Hey, Wake Up!



On May 23, 1987 Kenneth Parks drove to his in-laws' house in the middle of the night and brutally murdered his wife’s mother and attempted to kill her father. Prior to that there were no signs of violence, no horrible childhood, no shocking past trauma from a war experience. There was nothing particularly stressful at work. He had some financial issues, a gambling addiction and marital problems, but up until that evening by all accounts he’d been a mild mannered guy with a cordial relationship with his in-laws.

Remarkably that night he confessed to the crime and during a subsequent trial was acquitted by a jury of his peers of the murder and attempted murder. A case of injustice, you might ask? No, according to the court documents, it was a case of homicidal somnambulism, sometimes known as lethal sleepwalking. 

Sleepwalking is a strange occurrence, part of a larger category of phenomenon known as parasomnias according to David Eagleman in Incognito: The Secret Life of the Brain. “While the brain normally emerges from slow-wave sleep into lighter stages, and finally to wakefulness, Kenneth’s electroencephalogram (EEG) showed a problem in which his brain tried to emerge straight from a deep sleep stage directly into wakefulness - and it attempted this hazardous transition two to twenty times per night. In a normal sleeping brain, such a transition is not attempted even once in a night. Because there was no way for Kenneth to fake his EEG results, he was exonerated of the crimes.”

Normally during sleep your muscles move into a mild form of paralysis, which keeps you from walking. But during parasomnias your brain moves into a kind of limbo, between a waking state and a sleeping state. And in this limbo actions are not voluntary. So who is actually directing the show? It’s hard to say.

What is known is that the prefrontal cortex, the part of the brain that serves the role of advisor, is not engaged in its normal advisory role. And with the prefrontal taking a nap, all hell can break lose, as we see with the Parks case. Inhibitions fall to the wayside, and odd, sometimes dark behavior takes over. (An overindulgence of alcohol can produce similar inhibition reductions in some people.)

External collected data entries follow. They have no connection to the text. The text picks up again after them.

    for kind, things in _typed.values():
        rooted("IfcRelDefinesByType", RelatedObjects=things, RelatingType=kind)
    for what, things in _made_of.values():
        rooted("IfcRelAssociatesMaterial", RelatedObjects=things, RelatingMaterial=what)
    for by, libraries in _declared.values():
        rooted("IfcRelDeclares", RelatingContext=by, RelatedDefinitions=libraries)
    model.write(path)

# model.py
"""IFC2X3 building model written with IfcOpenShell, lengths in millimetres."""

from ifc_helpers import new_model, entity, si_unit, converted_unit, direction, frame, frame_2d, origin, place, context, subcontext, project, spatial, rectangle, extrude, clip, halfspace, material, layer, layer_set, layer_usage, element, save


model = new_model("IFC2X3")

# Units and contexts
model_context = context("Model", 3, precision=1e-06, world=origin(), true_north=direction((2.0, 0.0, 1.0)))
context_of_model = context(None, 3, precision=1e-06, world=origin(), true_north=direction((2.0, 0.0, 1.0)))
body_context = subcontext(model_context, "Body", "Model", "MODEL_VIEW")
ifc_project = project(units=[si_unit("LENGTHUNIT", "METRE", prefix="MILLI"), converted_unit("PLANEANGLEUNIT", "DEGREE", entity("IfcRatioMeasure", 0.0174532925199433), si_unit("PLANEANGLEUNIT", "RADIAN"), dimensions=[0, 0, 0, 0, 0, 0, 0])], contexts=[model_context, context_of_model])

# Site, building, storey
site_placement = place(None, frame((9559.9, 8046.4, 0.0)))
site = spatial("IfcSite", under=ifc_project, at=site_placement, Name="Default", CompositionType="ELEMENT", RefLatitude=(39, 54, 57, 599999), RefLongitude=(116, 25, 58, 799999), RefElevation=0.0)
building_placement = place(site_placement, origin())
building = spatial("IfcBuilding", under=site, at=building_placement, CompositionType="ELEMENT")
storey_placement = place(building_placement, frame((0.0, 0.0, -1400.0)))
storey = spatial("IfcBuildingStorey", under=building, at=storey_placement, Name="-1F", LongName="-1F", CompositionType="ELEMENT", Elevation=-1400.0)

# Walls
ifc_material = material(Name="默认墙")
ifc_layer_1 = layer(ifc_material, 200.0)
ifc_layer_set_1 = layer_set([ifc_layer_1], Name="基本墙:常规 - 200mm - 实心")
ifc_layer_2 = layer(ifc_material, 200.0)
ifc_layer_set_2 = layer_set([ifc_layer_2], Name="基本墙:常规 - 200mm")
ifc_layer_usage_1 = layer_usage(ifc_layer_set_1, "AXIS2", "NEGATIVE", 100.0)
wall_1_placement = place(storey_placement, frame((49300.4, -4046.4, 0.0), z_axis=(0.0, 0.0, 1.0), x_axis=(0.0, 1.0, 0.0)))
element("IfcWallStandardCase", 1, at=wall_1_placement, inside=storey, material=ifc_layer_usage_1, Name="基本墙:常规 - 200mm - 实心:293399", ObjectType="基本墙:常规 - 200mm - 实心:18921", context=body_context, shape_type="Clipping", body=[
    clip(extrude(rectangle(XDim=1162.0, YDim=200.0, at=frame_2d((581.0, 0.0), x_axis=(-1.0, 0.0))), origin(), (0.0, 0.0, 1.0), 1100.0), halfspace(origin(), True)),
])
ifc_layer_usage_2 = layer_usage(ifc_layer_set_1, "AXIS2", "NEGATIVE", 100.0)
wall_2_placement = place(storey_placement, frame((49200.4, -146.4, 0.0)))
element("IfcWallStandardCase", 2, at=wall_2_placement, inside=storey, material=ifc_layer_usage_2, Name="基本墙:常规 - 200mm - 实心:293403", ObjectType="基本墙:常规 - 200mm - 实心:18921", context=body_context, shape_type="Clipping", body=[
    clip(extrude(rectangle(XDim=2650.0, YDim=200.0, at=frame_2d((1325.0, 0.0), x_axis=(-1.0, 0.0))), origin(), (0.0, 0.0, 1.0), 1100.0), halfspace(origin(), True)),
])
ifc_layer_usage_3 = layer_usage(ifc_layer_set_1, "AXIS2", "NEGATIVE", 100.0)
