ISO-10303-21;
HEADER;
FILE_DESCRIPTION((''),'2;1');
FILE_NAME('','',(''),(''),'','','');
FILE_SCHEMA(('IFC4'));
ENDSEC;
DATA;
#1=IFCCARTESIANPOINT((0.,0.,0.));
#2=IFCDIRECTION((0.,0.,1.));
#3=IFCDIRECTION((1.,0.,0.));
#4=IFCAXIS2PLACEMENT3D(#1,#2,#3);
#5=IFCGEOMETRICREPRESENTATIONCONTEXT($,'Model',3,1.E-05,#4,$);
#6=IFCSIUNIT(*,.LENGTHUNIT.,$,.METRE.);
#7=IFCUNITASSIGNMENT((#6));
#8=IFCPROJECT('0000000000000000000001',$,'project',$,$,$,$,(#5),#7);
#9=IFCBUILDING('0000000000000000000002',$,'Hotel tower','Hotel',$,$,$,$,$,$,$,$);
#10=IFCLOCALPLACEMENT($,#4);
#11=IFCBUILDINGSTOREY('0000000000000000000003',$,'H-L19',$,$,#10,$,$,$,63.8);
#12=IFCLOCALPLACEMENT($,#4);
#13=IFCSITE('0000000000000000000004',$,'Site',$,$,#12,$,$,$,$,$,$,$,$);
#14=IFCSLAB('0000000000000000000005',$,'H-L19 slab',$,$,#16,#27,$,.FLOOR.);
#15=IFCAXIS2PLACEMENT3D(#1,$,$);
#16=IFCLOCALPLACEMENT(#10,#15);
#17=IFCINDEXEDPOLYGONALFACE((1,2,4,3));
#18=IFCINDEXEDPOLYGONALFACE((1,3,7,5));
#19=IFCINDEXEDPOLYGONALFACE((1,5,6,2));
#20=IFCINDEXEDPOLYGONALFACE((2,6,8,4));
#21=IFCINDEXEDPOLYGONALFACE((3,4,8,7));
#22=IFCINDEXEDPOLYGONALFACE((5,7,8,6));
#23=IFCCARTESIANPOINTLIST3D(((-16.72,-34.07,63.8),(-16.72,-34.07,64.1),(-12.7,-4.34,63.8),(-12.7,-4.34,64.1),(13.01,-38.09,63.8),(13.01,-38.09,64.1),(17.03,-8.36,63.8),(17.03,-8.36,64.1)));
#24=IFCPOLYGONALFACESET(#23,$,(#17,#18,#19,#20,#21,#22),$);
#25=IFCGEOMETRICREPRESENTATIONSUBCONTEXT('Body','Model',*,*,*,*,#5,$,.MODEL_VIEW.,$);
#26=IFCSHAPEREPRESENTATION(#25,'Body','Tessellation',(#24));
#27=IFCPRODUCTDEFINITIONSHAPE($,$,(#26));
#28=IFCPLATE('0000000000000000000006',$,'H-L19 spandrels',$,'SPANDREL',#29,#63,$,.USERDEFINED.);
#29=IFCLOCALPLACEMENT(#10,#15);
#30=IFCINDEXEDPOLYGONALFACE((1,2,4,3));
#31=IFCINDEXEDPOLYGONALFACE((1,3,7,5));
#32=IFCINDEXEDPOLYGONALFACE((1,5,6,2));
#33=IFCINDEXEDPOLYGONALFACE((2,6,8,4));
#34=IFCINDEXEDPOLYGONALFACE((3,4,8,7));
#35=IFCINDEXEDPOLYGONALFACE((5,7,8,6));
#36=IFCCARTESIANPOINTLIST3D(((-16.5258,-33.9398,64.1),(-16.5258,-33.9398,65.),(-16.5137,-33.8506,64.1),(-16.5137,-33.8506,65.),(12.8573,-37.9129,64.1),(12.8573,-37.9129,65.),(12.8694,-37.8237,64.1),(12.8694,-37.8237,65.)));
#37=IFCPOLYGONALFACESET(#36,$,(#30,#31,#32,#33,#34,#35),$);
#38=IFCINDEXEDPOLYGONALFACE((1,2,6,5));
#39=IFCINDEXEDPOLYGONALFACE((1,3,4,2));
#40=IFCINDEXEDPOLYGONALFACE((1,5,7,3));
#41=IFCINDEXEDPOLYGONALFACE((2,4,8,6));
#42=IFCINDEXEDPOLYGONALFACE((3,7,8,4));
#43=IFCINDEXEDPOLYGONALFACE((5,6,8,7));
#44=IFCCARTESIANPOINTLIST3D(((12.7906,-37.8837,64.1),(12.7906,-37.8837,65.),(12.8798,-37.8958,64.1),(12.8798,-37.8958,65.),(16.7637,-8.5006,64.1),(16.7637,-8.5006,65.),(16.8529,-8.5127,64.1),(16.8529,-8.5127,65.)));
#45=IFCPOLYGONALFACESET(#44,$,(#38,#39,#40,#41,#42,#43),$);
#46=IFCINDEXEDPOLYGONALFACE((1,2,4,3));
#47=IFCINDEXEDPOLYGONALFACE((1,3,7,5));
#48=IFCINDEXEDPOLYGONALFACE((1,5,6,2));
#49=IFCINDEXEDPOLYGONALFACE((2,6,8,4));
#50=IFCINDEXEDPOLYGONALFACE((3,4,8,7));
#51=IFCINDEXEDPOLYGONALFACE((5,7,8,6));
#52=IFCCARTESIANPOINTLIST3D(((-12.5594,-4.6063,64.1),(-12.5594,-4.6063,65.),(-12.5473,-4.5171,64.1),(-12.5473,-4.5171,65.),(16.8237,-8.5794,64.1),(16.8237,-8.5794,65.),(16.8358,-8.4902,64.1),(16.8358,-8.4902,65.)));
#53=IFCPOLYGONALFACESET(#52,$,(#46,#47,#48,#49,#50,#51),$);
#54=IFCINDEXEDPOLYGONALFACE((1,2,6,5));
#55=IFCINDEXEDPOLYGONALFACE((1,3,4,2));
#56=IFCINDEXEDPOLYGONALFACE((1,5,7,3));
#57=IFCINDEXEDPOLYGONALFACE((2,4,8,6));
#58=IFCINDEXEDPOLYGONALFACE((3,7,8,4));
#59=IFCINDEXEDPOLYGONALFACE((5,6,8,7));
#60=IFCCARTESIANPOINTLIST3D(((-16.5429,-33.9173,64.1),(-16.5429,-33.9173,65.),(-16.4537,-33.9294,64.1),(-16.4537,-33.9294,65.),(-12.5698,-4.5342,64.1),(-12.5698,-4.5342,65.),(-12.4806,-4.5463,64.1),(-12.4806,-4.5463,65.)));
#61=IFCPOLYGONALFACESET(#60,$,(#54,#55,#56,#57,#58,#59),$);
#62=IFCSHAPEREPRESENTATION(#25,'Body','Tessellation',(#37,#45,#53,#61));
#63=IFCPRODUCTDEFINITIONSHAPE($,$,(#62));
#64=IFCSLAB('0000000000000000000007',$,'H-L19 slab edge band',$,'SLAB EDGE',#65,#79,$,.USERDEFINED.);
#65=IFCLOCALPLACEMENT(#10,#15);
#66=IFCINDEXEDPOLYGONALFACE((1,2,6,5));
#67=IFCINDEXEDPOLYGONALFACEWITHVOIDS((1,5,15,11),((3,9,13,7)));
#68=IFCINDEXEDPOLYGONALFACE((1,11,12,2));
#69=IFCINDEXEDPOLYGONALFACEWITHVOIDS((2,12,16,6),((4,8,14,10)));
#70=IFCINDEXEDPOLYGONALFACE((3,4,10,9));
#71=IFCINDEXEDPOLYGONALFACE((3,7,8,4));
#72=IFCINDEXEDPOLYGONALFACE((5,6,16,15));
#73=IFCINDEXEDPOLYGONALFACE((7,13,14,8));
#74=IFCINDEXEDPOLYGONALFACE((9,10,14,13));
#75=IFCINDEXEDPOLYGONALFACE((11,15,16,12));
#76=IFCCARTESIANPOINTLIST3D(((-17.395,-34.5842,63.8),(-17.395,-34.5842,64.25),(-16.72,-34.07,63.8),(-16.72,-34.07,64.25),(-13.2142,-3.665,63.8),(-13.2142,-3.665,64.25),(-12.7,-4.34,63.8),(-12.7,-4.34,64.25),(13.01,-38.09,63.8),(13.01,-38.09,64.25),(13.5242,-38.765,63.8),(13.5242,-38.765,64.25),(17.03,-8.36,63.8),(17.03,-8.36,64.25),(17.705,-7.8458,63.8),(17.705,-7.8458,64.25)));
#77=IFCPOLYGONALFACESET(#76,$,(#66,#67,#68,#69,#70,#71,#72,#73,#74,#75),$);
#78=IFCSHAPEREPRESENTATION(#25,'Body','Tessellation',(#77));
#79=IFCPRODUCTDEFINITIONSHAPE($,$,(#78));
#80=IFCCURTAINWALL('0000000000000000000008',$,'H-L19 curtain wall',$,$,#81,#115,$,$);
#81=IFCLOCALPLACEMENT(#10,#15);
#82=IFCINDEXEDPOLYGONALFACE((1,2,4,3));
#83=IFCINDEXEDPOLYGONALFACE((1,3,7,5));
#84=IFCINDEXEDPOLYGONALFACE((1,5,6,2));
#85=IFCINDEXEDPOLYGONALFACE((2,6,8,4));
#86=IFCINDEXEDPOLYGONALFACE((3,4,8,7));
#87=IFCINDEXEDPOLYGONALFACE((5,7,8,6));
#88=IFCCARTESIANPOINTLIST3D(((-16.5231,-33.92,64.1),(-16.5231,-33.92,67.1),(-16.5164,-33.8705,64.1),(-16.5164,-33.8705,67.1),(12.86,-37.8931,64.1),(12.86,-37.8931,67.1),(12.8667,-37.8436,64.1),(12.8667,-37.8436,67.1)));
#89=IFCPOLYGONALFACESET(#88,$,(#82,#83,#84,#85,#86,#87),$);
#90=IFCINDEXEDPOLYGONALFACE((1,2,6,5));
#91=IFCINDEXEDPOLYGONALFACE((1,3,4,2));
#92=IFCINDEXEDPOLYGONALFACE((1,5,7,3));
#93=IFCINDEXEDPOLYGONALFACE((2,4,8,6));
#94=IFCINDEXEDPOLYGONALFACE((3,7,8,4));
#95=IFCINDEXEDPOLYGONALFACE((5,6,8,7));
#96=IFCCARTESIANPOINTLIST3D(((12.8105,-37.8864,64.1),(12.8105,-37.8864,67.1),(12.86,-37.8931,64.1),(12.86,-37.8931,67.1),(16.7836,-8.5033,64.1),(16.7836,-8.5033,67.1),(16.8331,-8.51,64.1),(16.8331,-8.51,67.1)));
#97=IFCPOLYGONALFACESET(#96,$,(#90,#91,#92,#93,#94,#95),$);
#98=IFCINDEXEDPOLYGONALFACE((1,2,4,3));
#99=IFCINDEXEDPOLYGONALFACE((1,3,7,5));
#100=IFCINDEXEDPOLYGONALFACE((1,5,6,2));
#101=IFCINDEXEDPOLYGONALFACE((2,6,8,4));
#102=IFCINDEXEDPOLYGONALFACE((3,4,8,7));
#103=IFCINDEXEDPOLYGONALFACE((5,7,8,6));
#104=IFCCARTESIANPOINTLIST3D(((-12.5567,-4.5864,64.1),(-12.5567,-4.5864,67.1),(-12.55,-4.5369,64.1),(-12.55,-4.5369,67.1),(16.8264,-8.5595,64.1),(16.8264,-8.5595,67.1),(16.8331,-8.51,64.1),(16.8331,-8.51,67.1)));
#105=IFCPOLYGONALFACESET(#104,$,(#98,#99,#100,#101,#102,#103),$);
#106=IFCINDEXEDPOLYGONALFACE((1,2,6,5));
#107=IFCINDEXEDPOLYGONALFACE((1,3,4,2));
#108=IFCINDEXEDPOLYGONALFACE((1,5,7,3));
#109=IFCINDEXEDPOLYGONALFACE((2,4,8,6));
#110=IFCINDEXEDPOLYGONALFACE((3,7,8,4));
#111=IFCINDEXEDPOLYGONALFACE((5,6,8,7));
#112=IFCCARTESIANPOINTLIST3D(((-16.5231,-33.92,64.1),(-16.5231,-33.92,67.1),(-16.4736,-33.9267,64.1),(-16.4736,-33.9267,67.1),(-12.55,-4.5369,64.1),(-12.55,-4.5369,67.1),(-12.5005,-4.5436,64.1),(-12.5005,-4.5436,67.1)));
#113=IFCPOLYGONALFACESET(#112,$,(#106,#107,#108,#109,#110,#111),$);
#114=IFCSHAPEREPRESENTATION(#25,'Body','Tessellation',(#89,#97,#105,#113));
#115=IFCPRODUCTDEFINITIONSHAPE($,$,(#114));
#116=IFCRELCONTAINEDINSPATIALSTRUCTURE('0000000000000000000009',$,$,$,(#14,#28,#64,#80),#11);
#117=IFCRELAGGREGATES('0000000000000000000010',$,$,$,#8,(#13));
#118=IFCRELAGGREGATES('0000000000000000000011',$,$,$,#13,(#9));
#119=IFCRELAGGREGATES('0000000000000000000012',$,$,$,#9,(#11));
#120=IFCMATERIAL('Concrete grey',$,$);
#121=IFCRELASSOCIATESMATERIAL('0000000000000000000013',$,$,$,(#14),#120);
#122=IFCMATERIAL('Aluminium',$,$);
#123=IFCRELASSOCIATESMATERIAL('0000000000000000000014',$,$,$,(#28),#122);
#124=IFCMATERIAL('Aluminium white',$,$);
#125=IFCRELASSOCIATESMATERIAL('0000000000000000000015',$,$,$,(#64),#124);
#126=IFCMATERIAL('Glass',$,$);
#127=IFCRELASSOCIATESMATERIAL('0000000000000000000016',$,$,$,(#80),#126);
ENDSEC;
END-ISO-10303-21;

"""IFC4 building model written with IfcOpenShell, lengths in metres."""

from ifc_helpers import new_model, si_unit, frame, origin_with_axes, place, context, subcontext, project, spatial, polyline, outline, extrude, material, element, save


model = new_model("IFC4")

# Units and contexts
model_context = context("Model", 3, precision=1e-05, world=origin_with_axes())
body_context = subcontext(model_context, "Body", "Model", "MODEL_VIEW")
ifc_project = project(units=[si_unit("LENGTHUNIT", "METRE")], contexts=[model_context])

# Site, building, storey
site_placement = place(None, origin_with_axes())
site = spatial("IfcSite", under=ifc_project, at=site_placement, Name="Site")
building = spatial("IfcBuilding", under=site, Name="Hotel tower", Description="Hotel")
storey_placement = place(None, origin_with_axes())
storey = spatial("IfcBuildingStorey", under=building, at=storey_placement, Name="H-L19", Elevation=63.8)

# Shared definitions
ifc_material_1 = material(Name="Aluminium")

# Slab
ifc_material_2 = material(Name="Concrete grey")
slab_1_placement = place(storey_placement, origin_with_axes())
element("IfcSlab", 1, at=slab_1_placement, inside=storey, material=ifc_material_2, Name="H-L19 slab", PredefinedType="FLOOR", context=body_context, shape_type="SweptSolid", body=[
    extrude(outline(polyline([(-16.72, -34.07), (13.01, -38.09), (17.03, -8.36), (-12.7, -4.34), (-16.72, -34.07)])), frame((0.0, 0.0, 63.8), z_axis=(0.0, 0.0, 1.0), x_axis=(1.0, 0.0, 0.0)), (0.0, 0.0, 1.0), 0.3),
])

There are certain individuals who when forced to sleep in unfamiliar surroundings display the brain’s ability to be partially awake and partially asleep at the same time, literally sleeping with one eye open. Some scientists believe this was a common trait demonstrated by our ancient ancestors for safety reasons, and the genetic remnants of this behavior continue to linger in a few people today. It’s hard to say how many people have this ability but it is known that when sleeping in a strange place most peoples’ brains don’t go into a fully relaxed modality until they have slept in that same place for roughly five nights in a row and there is some sense that they are safe.

For those who travel regularly this is an unwelcome piece of news but perfectly explained by how worn-weary they feel at the end of a travel week.

As Kenneth Parks proves, sleepwalking can be a dangerous business. Some suffering from this disorder sleep in specially designed sleeping bags that keep their hands restrained so they don’t go off on a ‘walkabout’ at night.